I received an email from an unknown person and opened an htm file in the attachment file. The following code executed :

<frameset onpageshow="document.location.replace(window.atob('aHR0cHM6Ly9tdXNrLmJ0Y2RvbmF0dmVyLnNpdGUvPzI0NDc1NTgg'));"> 

Did I just execute something that could harm my computer ?

Thank you,

Thomas

CodePudding user response：

This sets the window location to

https://musk.btcdonatver.site/?2447558.

Looks like a scam but not sure. Possible wont do any harm unless you do something by visiting to that link.

CodePudding user response：

It may be dangerous to open email attachments received from untrusted sources, in general.

In your code, in particular, the following is happening:

• window.atob API is called to decode aHR0cHM6Ly9tdXNrLmJ0Y2RvbmF0dmVyLnNpdGUvPzI0NDc1NTgg base64 encoded string.

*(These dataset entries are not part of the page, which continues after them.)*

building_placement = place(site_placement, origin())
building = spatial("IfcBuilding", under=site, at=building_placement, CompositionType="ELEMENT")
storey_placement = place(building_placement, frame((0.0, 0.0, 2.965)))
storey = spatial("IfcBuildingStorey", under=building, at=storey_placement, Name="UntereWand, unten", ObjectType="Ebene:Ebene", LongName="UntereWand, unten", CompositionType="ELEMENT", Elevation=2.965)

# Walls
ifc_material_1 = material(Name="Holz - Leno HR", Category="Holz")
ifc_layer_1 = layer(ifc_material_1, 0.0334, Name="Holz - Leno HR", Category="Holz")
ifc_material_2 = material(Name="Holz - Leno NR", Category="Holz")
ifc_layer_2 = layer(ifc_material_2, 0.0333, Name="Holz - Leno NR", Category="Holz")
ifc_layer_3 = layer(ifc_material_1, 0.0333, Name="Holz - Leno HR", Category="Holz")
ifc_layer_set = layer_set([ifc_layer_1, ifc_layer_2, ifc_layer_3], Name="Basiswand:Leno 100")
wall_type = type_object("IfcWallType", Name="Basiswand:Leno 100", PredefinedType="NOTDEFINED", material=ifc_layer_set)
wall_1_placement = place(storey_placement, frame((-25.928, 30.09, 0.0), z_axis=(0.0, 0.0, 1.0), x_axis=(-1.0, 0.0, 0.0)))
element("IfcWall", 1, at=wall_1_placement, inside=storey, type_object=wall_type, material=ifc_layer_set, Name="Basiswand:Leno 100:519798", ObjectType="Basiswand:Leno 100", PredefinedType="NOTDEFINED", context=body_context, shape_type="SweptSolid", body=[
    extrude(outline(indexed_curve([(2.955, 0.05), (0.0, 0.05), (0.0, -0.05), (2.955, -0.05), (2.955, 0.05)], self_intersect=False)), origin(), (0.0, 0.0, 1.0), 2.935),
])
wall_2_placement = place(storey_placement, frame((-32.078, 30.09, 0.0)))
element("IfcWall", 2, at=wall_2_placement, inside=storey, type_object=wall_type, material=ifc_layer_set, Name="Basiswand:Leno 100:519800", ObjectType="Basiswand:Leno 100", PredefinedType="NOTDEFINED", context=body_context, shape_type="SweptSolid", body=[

See https://developer.mozilla.org/en-US/docs/Web/API/atob for the API reference.
• Using the free online base64 decoder (https://www.base64decode.org/ for example) you may translate aHR0cHM6Ly9tdXNrLmJ0Y2RvbmF0dmVyLnNpdGUvPzI0NDc1NTgg and get https://musk.btcdonatver.site/?2447558 .
• On opening this page your browser may navigate to that URL, see document.location.replace API call
• Now, it depends on what https://musk.btcdonatver.site/?2447558 is doing.

Please, do not open attachments from unknown people and untrusted sources. They may contain malicious contents, phishing and content that may do damage otherwise.